## YOUR ASSIGNMENT
Nothing in the listing should be dropped or altered when it is copied.

## EXCERPTED DATA

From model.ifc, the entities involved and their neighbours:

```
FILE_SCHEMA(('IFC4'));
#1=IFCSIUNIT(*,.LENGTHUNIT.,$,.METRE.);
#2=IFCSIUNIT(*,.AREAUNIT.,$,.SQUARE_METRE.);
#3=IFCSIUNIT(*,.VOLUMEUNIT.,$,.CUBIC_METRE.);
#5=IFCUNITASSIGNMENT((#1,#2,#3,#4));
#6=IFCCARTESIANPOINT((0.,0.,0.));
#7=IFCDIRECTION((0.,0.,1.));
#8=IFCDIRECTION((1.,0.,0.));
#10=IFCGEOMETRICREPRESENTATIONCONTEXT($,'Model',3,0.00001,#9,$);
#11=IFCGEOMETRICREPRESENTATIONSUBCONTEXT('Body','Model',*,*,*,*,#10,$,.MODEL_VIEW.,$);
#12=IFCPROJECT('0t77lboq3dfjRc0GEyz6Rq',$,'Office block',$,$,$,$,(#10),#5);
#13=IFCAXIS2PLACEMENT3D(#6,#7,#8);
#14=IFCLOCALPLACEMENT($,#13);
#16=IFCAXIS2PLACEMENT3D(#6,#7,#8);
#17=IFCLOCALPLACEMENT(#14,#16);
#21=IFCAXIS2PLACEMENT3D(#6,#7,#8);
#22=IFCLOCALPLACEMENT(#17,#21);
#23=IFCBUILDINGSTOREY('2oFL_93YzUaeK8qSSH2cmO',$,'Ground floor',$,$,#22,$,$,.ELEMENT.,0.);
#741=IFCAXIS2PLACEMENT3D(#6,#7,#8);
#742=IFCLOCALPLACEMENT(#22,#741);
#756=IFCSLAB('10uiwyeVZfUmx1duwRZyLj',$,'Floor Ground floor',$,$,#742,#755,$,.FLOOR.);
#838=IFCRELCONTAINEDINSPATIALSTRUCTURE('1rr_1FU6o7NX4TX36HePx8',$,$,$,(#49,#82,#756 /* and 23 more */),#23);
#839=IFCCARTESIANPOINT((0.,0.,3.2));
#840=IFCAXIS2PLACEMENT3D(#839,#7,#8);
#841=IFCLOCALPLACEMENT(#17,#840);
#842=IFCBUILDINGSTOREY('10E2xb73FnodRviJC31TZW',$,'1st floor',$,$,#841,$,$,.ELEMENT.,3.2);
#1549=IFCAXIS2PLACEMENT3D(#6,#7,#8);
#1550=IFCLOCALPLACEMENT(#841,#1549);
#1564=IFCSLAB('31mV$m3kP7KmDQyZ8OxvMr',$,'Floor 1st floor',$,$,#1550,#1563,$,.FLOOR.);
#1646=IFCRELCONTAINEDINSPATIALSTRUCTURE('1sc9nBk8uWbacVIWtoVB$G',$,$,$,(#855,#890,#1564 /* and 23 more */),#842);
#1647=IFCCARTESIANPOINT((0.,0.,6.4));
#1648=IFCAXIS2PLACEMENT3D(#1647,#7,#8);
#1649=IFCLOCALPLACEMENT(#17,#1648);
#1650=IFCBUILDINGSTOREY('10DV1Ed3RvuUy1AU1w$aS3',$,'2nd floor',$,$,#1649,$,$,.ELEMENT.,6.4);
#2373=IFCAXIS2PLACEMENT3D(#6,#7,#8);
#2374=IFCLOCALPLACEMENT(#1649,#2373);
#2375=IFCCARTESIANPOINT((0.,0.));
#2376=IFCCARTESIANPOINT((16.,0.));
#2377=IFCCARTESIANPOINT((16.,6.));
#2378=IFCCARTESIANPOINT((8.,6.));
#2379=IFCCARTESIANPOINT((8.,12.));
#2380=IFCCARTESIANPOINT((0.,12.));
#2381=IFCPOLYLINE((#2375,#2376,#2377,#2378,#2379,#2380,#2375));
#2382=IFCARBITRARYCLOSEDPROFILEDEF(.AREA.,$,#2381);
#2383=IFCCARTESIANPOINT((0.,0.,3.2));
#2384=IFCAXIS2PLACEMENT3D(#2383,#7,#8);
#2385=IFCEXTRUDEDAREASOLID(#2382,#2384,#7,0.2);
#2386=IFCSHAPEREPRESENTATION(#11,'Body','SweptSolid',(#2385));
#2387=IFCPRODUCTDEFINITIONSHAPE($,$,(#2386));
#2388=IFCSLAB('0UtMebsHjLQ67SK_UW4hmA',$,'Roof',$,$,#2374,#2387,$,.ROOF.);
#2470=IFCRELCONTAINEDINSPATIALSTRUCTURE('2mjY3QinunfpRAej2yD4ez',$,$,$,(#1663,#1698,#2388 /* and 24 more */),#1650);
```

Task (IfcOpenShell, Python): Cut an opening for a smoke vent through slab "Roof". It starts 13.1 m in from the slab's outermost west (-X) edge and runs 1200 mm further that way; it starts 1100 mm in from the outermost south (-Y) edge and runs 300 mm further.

```python
import numpy as np
import ifcopenshell
import ifcopenshell.api.feature
import ifcopenshell.api.geometry
import ifcopenshell.api.root
import ifcopenshell.geom
import ifcopenshell.util.placement
import ifcopenshell.util.representation
import ifcopenshell.util.shape
import ifcopenshell.util.unit

model = ifcopenshell.open("model.ifc")
unit_scale = ifcopenshell.util.unit.calculate_unit_scale(model)
settings = ifcopenshell.geom.settings()


def volume(element):
    """Net volume in cubic metres, openings subtracted."""
    shape = ifcopenshell.geom.create_shape(settings, element)
    return ifcopenshell.util.shape.get_volume(shape.geometry)


slab = model.by_guid("0UtMebsHjLQ67SK_UW4hmA")
before = volume(slab)

# Extent in the slab's own axes, in metres. The edges named are its -X and -Y sides.
slab_shape = ifcopenshell.geom.create_shape(settings, slab)
vertices = ifcopenshell.util.shape.get_vertices(slab_shape.geometry)
x_min, y_min, bottom = vertices.min(axis=0)
top = vertices[:, 2].max()

opening = ifcopenshell.api.root.create_entity(model, ifc_class="IfcOpeningElement", name="Smoke vent opening", predefined_type="OPENING")
context = ifcopenshell.util.representation.get_context(model, "Model", "Body", "MODEL_VIEW")
width, depth = 1.2, 0.3
outline = [(0.0, 0.0), (width, 0.0), (width, depth), (0.0, depth), (0.0, 0.0)]
# Overshoot both faces by 50 mm so the cut is clean.
shape = ifcopenshell.api.geometry.add_slab_representation(
    model, context=context, depth=top - bottom + 0.1, polyline=outline
)
ifcopenshell.api.geometry.assign_representation(model, product=opening, representation=shape)

matrix = ifcopenshell.util.placement.get_local_placement(slab.ObjectPlacement)
matrix[:, 3] = matrix @ np.append(np.array([x_min + 13.1, y_min + 1.1, bottom - 0.05]) / unit_scale, 1.0)
ifcopenshell.api.geometry.edit_object_placement(model, product=opening, matrix=matrix, is_si=False)
ifcopenshell.api.feature.add_feature(model, feature=opening, element=slab)

after = volume(slab)

print(f"slab volume {before:.3f} -> {after:.3f} m3")

model.write("model-out.ifc")
```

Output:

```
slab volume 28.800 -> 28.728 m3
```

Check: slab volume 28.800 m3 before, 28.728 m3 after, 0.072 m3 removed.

## RESULT
From model.ifc, the entities involved and their neighbours:

```
FILE_SCHEMA(('IFC4'));
#1=IFCSIUNIT(*,.LENGTHUNIT.,$,.METRE.);
#2=IFCSIUNIT(*,.AREAUNIT.,$,.SQUARE_METRE.);
#3=IFCSIUNIT(*,.VOLUMEUNIT.,$,.CUBIC_METRE.);
#5=IFCUNITASSIGNMENT((#1,#2,#3,#4));
#6=IFCCARTESIANPOINT((0.,0.,0.));
#7=IFCDIRECTION((0.,0.,1.));
#8=IFCDIRECTION((1.,0.,0.));
#10=IFCGEOMETRICREPRESENTATIONCONTEXT($,'Model',3,0.00001,#9,$);
#11=IFCGEOMETRICREPRESENTATIONSUBCONTEXT('Body','Model',*,*,*,*,#10,$,.MODEL_VIEW.,$);
#12=IFCPROJECT('0t77lboq3dfjRc0GEyz6Rq',$,'Office block',$,$,$,$,(#10),#5);
#13=IFCAXIS2PLACEMENT3D(#6,#7,#8);
#14=IFCLOCALPLACEMENT($,#13);
#16=IFCAXIS2PLACEMENT3D(#6,#7,#8);
#17=IFCLOCALPLACEMENT(#14,#16);
#21=IFCAXIS2PLACEMENT3D(#6,#7,#8);
#22=IFCLOCALPLACEMENT(#17,#21);
#23=IFCBUILDINGSTOREY('2oFL_93YzUaeK8qSSH2cmO',$,'Ground floor',$,$,#22,$,$,.ELEMENT.,0.);
#741=IFCAXIS2PLACEMENT3D(#6,#7,#8);
#742=IFCLOCALPLACEMENT(#22,#741);
#756=IFCSLAB('10uiwyeVZfUmx1duwRZyLj',$,'Floor Ground floor',$,$,#742,#755,$,.FLOOR.);
#838=IFCRELCONTAINEDINSPATIALSTRUCTURE('1rr_1FU6o7NX4TX36HePx8',$,$,$,(#49,#82,#756 /* and 23 more */),#23);
#839=IFCCARTESIANPOINT((0.,0.,3.2));
#840=IFCAXIS2PLACEMENT3D(#839,#7,#8);
#841=IFCLOCALPLACEMENT(#17,#840);
#842=IFCBUILDINGSTOREY('10E2xb73FnodRviJC31TZW',$,'1st floor',$,$,#841,$,$,.ELEMENT.,3.2);
#1549=IFCAXIS2PLACEMENT3D(#6,#7,#8);
#1550=IFCLOCALPLACEMENT(#841,#1549);
#1564=IFCSLAB('31mV$m3kP7KmDQyZ8OxvMr',$,'Floor 1st floor',$,$,#1550,#1563,$,.FLOOR.);
#1646=IFCRELCONTAINEDINSPATIALSTRUCTURE('1sc9nBk8uWbacVIWtoVB$G',$,$,$,(#855,#890,#1564 /* and 23 more */),#842);
#1647=IFCCARTESIANPOINT((0.,0.,6.4));
#1648=IFCAXIS2PLACEMENT3D(#1647,#7,#8);
#1649=IFCLOCALPLACEMENT(#17,#1648);
#1650=IFCBUILDINGSTOREY('10DV1Ed3RvuUy1AU1w$aS3',$,'2nd floor',$,$,#1649,$,$,.ELEMENT.,6.4);
#2373=IFCAXIS2PLACEMENT3D(#6,#7,#8);
#2374=IFCLOCALPLACEMENT(#1649,#2373);
#2375=IFCCARTESIANPOINT((0.,0.));
#2376=IFCCARTESIANPOINT((16.,0.));
#2377=IFCCARTESIANPOINT((16.,6.));
#2378=IFCCARTESIANPOINT((8.,6.));
#2379=IFCCARTESIANPOINT((8.,12.));
#2380=IFCCARTESIANPOINT((0.,12.));
#2381=IFCPOLYLINE((#2375,#2376,#2377,#2378,#2379,#2380,#2375));
#2382=IFCARBITRARYCLOSEDPROFILEDEF(.AREA.,$,#2381);
#2383=IFCCARTESIANPOINT((0.,0.,3.2));
#2384=IFCAXIS2PLACEMENT3D(#2383,#7,#8);
#2385=IFCEXTRUDEDAREASOLID(#2382,#2384,#7,0.2);
#2386=IFCSHAPEREPRESENTATION(#11,'Body','SweptSolid',(#2385));
#2387=IFCPRODUCTDEFINITIONSHAPE($,$,(#2386));
#2388=IFCSLAB('0UtMebsHjLQ67SK_UW4hmA',$,'Roof',$,$,#2374,#2387,$,.ROOF.);
#2470=IFCRELCONTAINEDINSPATIALSTRUCTURE('2mjY3QinunfpRAej2yD4ez',$,$,$,(#1663,#1698,#2388 /* and 24 more */),#1650);
```

Task (IfcOpenShell, Python): Cut an opening for a smoke vent through slab "Roof". It starts 13.1 m in from the slab's outermost west (-X) edge and runs 1200 mm further that way; it starts 1100 mm in from the outermost south (-Y) edge and runs 300 mm further.

```python
import numpy as np
import ifcopenshell
import ifcopenshell.api.feature
import ifcopenshell.api.geometry
import ifcopenshell.api.root
import ifcopenshell.geom
import ifcopenshell.util.placement
import ifcopenshell.util.representation
import ifcopenshell.util.shape
import ifcopenshell.util.unit

model = ifcopenshell.open("model.ifc")
unit_scale = ifcopenshell.util.unit.calculate_unit_scale(model)
settings = ifcopenshell.geom.settings()


def volume(element):
    """Net volume in cubic metres, openings subtracted."""
    shape = ifcopenshell.geom.create_shape(settings, element)
    return ifcopenshell.util.shape.get_volume(shape.geometry)


slab = model.by_guid("0UtMebsHjLQ67SK_UW4hmA")
before = volume(slab)

# Extent in the slab's own axes, in metres. The edges named are its -X and -Y sides.
slab_shape = ifcopenshell.geom.create_shape(settings, slab)
vertices = ifcopenshell.util.shape.get_vertices(slab_shape.geometry)
x_min, y_min, bottom = vertices.min(axis=0)
top = vertices[:, 2].max()

opening = ifcopenshell.api.root.create_entity(model, ifc_class="IfcOpeningElement", name="Smoke vent opening", predefined_type="OPENING")
context = ifcopenshell.util.representation.get_context(model, "Model", "Body", "MODEL_VIEW")
width, depth = 1.2, 0.3
outline = [(0.0, 0.0), (width, 0.0), (width, depth), (0.0, depth), (0.0, 0.0)]
# Overshoot both faces by 50 mm so the cut is clean.
shape = ifcopenshell.api.geometry.add_slab_representation(
    model, context=context, depth=top - bottom + 0.1, polyline=outline
)
ifcopenshell.api.geometry.assign_representation(model, product=opening, representation=shape)

matrix = ifcopenshell.util.placement.get_local_placement(slab.ObjectPlacement)
matrix[:, 3] = matrix @ np.append(np.array([x_min + 13.1, y_min + 1.1, bottom - 0.05]) / unit_scale, 1.0)
ifcopenshell.api.geometry.edit_object_placement(model, product=opening, matrix=matrix, is_si=False)
ifcopenshell.api.feature.add_feature(model, feature=opening, element=slab)

after = volume(slab)

print(f"slab volume {before:.3f} -> {after:.3f} m3")

model.write("model-out.ifc")
```

Output:

```
slab volume 28.800 -> 28.728 m3
```

Check: slab volume 28.800 m3 before, 28.728 m3 after, 0.072 m3 removed.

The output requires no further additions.